Yes, lots of them.  One of the places i hunt is restricted to rimfire rifles outside of deer season.   i hunt there with my Savage model 93 in .22 magnum.  




> Will it kill one?



The .22 magnum kills hogs very well.   i use the 40 grain CCI total metal jacket ammo.   My shots are limited to about 50-60 yards.   No problem killing hogs, even bib ones, with heart/lung shots and shots in the ear.


----------



## bdrpp (Jan 1, 2015)

killed a 70 pounder with a ruger 10-22 in 22 lr.
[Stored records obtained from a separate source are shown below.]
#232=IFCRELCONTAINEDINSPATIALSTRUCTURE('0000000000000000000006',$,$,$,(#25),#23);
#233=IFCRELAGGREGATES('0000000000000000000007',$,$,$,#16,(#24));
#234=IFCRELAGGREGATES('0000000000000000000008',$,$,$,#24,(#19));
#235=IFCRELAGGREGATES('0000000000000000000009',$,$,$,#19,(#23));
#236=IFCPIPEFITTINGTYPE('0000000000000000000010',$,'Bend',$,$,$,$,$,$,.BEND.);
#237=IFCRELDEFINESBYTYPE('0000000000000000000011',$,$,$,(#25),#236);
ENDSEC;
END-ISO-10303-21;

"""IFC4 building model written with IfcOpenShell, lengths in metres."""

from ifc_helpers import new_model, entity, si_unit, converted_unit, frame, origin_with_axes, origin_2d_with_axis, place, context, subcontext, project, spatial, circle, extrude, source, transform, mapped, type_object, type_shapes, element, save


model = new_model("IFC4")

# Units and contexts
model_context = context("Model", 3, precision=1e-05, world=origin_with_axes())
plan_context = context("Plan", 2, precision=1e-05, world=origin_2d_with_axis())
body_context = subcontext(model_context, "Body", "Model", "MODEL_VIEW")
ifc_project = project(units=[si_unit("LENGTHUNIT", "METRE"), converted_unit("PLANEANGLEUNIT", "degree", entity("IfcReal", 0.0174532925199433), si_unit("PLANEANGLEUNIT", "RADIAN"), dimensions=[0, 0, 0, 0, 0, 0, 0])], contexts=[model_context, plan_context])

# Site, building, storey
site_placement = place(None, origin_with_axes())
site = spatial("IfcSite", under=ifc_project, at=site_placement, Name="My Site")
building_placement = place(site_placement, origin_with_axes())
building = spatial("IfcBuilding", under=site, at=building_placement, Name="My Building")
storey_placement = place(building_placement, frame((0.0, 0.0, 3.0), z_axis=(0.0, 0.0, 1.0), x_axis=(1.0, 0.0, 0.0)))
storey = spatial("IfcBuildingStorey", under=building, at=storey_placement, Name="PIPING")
Ran several yards and fell over.


----------



## Bob2010 (Jan 1, 2015)

I have any chance at finding .22 wmr ammo?


----------



## mizzippi jb (Jan 1, 2015)

Bob2010 said:


> I have any chance at finding .22 wmr ammo?



200 round cci box for 59.99 at gander mtn in Newnan


----------



## Bob2010 (Jan 1, 2015)

Thanks.  Everyone around Acworth has no .22 ammo


----------



## Ohoopee Tusker (Jan 1, 2015)

Okie Hog said:


> Yes, lots of them.  One of the places i hunt is restricted to rimfire rifles outside of deer season.   i hunt there with my Savage model 93 in .22 magnum.
> 
> 
> 
> ...



I shoot the very same rifle and ammo. Lethal combo on old porky.


----------



## 22mag Hunter (Jan 1, 2015)

I highly recommend a semi-auto. I shoot the Remington 597 too.  It can be crucial to get a follow up shot sometimes. The Magnum Research and CZ are good options I looked at when I was in the market.
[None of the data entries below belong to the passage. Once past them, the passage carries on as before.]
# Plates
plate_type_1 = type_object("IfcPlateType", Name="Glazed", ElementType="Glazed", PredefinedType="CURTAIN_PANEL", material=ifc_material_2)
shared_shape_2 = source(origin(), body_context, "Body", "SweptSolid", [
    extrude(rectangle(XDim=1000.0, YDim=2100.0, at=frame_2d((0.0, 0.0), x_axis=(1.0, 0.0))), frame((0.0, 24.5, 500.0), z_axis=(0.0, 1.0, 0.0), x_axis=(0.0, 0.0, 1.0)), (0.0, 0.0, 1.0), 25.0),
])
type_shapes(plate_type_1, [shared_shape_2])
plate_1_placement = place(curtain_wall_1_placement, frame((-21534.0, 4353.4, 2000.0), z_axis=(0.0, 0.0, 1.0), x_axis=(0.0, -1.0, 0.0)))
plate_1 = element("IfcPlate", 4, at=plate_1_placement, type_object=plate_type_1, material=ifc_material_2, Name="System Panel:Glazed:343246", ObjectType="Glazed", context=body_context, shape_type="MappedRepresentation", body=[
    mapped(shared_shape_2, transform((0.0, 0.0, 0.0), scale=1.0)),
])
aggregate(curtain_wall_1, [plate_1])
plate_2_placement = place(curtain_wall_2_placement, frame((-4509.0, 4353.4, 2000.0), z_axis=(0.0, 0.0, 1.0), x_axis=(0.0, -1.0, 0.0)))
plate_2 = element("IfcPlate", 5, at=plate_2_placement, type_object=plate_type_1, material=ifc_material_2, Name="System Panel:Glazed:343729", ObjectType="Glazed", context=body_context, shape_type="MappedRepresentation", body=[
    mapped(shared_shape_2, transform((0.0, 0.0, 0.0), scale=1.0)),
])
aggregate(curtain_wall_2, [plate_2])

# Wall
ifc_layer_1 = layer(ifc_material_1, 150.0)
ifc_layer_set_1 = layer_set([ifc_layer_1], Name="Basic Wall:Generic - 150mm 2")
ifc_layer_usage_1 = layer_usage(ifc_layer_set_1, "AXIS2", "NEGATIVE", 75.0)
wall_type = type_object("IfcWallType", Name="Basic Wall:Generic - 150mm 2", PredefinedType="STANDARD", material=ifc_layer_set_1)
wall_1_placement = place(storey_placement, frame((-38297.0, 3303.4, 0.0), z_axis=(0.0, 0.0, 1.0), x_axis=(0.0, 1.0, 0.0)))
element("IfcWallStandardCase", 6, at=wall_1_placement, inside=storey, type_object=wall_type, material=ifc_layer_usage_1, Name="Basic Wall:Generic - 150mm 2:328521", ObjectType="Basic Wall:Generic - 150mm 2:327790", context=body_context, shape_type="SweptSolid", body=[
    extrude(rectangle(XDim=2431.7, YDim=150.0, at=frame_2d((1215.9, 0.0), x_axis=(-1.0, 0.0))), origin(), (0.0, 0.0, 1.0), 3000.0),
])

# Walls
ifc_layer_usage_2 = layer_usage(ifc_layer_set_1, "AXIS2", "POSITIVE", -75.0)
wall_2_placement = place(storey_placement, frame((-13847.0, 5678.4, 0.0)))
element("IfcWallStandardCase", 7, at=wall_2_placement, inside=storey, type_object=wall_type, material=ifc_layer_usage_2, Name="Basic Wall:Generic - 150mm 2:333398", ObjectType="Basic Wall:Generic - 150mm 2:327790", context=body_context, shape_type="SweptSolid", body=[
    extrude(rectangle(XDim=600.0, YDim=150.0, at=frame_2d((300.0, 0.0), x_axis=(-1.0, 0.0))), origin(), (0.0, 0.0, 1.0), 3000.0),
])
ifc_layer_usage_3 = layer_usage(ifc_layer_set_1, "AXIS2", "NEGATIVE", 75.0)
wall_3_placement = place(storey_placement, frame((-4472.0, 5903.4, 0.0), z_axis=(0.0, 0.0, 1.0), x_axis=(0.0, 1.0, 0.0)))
We've stunned a few hogs with the first shot, then the follow up shot closes the deal.


----------



## d-a (Jan 1, 2015)

Bob2010 said:


> I'm liking this gun. Ever shoot the magnum research .22 mag? I like the composite stock and shorter barrel on it. Not sure the quality would be as good? Looking at the bushmaster predator rifle as well. That thing is big money though and I would be stuck with. 223.



I have a magnum research 22mag. It's my most accurate 22mag out of four rifles, three are bolt action's.

d-a


----------



## bfriendly (Jan 2, 2015)

Bob2010 said:


> Anyone kill hogs with .22 mag?  Will it kill one?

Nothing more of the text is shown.